What is the the rank of a $4 \times 5$ matrix whose null space is three dimensional?
Wouldn't this mean that I would have something like
$\begin{bmatrix}1&0&0&0&0\\0&1&0&0&0\\0&0&1&0&0\\0&0&0&1&0\end{bmatrix}$
So wouldn't it's rank = (the # of pivot columns) - the null space dimension? so rank $= 4 - 3 = 1$?
On
The number of pivot columns is the rank: row-reducing gives you pivots, which in turn gives you a basis for the column space. In terms of matrices, the rank-nullity theorem says that the total number of columns is equal to the sum of the nullity and the rank.
You seem to be confusing the total number of columns with the dimension of the column space. Take for example the $1 \times 2$ matrix $\begin{pmatrix}1 & 1 \end{pmatrix}$. Evidently the total number of columns is $2$, but these columns are linearly dependent. A basis for the column space consists of a single column $\begin{pmatrix}1 \end{pmatrix}$, and hence the rank = dimension of column space = $1$.
The rank-nullity theorem states that for a matrix $A$ $$ \DeclareMathOperator{rank}{rank}\rank(A)+\DeclareMathOperator{nullity}{nullity}\nullity(A)=\#\text{ columns of }A $$ The rank of $A$ is the dimension of the column space of $A$ and $\nullity(A)$ is the dimension of the null space of $A$.
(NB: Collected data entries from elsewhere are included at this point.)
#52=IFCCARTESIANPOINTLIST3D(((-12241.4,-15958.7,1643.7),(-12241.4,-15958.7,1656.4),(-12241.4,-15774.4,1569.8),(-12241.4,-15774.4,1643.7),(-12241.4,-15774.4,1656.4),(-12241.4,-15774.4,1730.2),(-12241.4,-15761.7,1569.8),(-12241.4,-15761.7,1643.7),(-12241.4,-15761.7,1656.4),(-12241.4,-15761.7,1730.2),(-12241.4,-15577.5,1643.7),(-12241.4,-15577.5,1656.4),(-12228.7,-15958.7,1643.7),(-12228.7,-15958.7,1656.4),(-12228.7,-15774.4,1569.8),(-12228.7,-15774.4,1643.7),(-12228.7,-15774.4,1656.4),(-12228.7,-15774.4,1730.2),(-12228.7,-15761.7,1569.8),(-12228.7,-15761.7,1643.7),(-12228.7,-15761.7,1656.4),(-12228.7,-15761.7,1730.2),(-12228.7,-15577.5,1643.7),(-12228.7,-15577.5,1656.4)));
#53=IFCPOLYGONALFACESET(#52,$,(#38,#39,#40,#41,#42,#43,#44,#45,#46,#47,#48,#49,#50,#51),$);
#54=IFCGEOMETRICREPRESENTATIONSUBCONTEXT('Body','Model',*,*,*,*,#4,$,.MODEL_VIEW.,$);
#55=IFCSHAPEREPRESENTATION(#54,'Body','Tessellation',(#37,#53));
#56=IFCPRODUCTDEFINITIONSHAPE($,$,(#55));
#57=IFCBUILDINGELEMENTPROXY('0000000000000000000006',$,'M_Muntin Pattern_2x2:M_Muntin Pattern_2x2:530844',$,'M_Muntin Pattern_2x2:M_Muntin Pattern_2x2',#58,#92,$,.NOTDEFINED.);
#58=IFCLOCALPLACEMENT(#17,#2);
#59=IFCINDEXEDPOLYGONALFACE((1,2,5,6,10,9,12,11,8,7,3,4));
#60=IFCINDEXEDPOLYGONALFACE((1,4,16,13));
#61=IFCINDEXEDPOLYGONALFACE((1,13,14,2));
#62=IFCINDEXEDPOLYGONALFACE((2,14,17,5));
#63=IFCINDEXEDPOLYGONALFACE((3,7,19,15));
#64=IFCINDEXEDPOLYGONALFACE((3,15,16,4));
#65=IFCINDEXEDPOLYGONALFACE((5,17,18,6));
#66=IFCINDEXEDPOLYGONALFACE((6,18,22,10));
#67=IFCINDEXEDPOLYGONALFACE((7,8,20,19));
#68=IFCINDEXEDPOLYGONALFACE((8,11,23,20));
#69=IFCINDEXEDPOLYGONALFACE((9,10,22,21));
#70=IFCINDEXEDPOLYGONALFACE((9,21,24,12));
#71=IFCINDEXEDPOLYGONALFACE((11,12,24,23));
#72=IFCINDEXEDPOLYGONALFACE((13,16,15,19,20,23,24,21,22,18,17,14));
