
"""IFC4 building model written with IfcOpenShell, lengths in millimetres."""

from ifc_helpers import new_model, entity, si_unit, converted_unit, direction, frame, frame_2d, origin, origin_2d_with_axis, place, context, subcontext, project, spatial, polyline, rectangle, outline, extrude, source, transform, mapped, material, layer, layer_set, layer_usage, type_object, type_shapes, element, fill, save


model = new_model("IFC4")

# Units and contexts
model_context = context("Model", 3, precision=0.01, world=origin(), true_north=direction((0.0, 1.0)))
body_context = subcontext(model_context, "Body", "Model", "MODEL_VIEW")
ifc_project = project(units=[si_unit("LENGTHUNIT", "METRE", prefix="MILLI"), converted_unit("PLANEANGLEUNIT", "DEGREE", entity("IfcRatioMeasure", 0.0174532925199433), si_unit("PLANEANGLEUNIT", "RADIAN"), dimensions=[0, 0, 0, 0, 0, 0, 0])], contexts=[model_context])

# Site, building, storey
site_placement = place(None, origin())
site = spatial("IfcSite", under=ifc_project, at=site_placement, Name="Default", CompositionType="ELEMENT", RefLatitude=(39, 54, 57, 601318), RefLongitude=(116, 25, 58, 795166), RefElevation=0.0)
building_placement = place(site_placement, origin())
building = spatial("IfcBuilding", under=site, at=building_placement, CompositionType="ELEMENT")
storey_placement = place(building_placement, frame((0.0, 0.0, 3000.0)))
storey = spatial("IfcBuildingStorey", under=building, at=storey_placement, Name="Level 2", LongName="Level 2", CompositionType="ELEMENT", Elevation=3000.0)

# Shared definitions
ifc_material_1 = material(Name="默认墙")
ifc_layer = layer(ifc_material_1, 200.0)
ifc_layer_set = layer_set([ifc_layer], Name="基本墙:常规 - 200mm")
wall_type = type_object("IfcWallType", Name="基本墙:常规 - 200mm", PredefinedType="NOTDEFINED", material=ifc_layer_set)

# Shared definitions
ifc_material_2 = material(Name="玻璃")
Your question asks for the rank of a $4\times 5$ matrix $A$ whose null space is three-dimensional. The rank-nullity theorem immediately implies $$ \rank(A)=\#\text{ columns of }A-\nullity(A)=5-3=2 $$
The example you give is $$ A = \left[\begin{array}{rrrrr} 1 & 0 & 0 & 0 & 0 \\ 0 & 1 & 0 & 0 & 0 \\ 0 & 0 & 1 & 0 & 0 \\ 0 & 0 & 0 & 1 & 0 \end{array}\right] $$ This matrix has $\rank(A)=4$ and thus $\nullity(A)=4-3=1$. It is thus not a relevant example of your problem.
A relevant example would be $$ A = \left[\begin{array}{rrrrr} 1 & 0 & 0 & 0 & 0 \\ 0 & 1 & 0 & 0 & 0 \\ 0 & 0 & 0 & 0 & 0 \\ 0 & 0 & 0 & 0 & 0 \end{array}\right] $$ This matrix has nullity three and thus has rank two.